• **Data to process**:
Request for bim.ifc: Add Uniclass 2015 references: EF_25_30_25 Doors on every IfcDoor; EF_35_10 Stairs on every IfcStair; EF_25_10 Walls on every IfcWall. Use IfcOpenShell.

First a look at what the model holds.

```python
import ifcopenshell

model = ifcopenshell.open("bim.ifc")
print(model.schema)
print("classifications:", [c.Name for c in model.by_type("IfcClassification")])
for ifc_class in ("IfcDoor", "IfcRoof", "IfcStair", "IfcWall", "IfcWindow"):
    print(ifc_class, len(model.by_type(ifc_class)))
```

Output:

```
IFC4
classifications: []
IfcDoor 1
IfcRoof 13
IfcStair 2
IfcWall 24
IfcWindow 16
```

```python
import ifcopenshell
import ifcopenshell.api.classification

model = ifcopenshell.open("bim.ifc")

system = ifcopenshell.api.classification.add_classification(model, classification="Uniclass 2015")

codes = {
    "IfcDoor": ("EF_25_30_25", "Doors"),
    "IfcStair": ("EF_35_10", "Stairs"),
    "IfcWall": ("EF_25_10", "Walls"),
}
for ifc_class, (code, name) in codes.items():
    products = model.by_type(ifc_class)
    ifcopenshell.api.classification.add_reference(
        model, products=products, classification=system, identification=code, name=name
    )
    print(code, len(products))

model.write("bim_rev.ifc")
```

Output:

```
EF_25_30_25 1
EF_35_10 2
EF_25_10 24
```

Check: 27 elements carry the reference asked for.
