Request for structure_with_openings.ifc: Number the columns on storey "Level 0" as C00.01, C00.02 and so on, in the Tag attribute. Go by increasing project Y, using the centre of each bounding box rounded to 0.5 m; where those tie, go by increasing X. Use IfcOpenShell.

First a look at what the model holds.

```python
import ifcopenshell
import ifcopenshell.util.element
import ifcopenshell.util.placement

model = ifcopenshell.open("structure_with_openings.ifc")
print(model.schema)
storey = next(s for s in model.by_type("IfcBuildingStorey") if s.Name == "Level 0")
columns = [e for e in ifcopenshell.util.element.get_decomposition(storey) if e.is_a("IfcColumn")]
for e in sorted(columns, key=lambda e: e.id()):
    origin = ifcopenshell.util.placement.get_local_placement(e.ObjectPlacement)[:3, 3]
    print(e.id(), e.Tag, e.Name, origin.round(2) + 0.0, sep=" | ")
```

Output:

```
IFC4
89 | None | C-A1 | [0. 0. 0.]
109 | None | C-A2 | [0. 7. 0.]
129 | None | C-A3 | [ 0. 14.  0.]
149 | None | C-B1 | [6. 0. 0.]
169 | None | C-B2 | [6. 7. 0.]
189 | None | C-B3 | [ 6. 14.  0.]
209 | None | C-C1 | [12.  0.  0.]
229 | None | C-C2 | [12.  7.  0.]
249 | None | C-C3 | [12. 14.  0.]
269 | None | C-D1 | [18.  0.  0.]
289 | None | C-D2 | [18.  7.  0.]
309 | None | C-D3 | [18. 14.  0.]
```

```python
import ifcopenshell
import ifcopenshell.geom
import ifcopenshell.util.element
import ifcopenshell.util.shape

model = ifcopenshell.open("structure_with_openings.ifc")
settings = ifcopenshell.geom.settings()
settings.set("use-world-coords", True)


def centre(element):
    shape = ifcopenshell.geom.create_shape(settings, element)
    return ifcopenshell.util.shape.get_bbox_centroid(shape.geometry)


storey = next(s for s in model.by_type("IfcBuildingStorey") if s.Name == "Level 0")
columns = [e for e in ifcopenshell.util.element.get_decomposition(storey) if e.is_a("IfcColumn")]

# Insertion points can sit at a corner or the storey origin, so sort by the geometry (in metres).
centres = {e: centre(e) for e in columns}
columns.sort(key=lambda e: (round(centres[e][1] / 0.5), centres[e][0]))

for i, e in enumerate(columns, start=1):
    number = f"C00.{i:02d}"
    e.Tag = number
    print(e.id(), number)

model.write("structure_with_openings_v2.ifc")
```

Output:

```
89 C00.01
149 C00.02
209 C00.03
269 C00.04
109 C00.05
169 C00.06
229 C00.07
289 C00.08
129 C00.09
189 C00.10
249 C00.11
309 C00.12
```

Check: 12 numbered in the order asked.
* * *
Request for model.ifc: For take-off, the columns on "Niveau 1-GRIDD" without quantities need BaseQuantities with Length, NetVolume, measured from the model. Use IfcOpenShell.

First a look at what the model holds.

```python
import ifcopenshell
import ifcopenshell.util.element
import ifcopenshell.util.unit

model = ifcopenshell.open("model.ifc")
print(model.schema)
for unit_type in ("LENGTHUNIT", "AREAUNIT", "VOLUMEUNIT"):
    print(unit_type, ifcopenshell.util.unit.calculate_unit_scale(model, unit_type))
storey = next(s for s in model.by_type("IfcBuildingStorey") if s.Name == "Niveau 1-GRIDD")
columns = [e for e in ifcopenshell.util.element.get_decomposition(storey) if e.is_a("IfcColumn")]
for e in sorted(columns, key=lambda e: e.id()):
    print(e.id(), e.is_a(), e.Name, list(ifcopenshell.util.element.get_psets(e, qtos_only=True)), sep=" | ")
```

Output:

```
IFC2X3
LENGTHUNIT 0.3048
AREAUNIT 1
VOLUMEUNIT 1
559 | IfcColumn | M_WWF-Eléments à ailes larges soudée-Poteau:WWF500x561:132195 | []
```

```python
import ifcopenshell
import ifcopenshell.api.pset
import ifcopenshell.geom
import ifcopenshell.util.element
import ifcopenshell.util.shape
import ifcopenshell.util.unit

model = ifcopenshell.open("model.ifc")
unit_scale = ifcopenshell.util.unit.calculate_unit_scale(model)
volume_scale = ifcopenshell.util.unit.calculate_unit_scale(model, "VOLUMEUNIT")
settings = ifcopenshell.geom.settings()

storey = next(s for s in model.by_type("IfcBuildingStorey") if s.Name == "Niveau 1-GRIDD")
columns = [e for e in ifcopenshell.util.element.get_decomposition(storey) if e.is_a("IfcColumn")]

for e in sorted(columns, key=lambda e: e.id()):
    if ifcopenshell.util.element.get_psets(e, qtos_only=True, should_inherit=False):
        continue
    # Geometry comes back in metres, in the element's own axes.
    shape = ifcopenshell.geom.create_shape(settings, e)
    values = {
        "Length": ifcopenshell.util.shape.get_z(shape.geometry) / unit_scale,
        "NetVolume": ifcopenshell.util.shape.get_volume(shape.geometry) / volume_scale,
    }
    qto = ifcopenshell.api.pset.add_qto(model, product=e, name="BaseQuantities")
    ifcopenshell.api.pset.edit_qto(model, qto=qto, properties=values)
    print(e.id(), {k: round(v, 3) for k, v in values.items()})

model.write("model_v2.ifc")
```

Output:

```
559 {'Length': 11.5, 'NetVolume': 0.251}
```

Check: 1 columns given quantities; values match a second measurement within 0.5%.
---
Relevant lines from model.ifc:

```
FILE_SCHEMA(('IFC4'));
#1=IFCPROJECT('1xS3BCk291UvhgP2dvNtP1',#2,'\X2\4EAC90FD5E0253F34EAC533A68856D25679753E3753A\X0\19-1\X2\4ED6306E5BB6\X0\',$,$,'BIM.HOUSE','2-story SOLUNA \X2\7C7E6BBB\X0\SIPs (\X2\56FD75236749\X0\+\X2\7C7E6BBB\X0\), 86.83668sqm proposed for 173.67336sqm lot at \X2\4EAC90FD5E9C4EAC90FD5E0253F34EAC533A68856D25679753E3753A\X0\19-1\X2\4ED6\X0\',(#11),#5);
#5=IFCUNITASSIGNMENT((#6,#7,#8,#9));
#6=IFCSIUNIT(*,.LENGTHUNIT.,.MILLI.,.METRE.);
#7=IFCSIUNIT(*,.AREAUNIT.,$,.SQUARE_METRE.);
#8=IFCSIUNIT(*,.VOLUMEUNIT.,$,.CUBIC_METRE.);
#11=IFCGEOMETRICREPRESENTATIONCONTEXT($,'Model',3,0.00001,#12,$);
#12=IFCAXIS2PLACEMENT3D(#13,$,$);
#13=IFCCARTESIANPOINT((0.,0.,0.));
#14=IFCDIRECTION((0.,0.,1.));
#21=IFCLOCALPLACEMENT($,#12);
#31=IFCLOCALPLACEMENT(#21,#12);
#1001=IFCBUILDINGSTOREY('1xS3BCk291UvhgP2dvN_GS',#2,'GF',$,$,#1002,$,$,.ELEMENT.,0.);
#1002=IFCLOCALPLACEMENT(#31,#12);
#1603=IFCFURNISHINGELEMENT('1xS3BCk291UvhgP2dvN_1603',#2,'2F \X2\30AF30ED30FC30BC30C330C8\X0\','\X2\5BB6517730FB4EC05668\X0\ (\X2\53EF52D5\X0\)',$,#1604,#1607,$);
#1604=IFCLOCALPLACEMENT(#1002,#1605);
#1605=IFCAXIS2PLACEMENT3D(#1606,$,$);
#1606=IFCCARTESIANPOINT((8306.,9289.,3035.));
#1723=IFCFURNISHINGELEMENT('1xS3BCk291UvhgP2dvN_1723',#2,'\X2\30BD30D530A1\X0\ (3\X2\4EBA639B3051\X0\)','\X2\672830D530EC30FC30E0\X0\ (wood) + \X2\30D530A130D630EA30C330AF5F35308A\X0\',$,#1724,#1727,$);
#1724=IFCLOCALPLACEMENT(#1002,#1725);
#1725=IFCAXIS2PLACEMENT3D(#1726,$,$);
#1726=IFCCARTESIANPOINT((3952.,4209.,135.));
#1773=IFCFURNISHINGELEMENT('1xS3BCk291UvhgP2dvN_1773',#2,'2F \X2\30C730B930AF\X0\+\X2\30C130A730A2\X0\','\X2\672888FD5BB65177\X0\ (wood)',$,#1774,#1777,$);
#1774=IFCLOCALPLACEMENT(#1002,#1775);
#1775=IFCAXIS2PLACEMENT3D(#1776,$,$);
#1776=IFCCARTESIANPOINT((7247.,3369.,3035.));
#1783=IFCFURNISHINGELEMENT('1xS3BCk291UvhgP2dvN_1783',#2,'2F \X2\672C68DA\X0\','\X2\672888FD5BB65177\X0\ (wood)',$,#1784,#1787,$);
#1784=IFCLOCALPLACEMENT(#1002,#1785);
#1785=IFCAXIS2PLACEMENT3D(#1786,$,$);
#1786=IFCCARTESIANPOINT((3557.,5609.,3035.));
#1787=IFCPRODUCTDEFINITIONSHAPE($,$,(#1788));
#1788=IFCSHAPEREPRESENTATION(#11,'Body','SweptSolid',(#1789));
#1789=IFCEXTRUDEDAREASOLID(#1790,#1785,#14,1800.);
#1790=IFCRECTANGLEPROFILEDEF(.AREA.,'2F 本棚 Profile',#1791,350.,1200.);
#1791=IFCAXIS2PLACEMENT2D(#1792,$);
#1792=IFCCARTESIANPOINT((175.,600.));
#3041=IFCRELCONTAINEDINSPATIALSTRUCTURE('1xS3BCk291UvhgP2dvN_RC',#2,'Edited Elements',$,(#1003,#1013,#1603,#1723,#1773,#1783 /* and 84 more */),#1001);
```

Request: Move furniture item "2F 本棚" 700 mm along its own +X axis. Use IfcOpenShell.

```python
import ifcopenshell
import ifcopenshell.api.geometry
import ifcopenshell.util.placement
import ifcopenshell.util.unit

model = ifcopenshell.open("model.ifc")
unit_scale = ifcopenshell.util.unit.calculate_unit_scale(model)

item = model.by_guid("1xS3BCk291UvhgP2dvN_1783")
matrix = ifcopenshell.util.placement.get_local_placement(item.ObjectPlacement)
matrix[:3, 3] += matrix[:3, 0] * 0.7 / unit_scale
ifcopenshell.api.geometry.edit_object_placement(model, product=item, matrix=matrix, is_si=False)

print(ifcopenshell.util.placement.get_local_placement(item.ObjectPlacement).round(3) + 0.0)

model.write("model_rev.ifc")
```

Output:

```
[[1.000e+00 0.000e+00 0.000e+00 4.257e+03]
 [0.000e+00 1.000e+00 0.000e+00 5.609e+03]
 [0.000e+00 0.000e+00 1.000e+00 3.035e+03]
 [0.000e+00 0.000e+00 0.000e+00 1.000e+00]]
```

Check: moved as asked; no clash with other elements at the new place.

• **Description of the task**:
Take each line of the material above that holds the string "asked" and copy it.

• **Exercise solution**:
Check: 27 elements carry the reference asked for.
Check: 12 numbered in the order asked.
Check: moved as asked; no clash with other elements at the new place.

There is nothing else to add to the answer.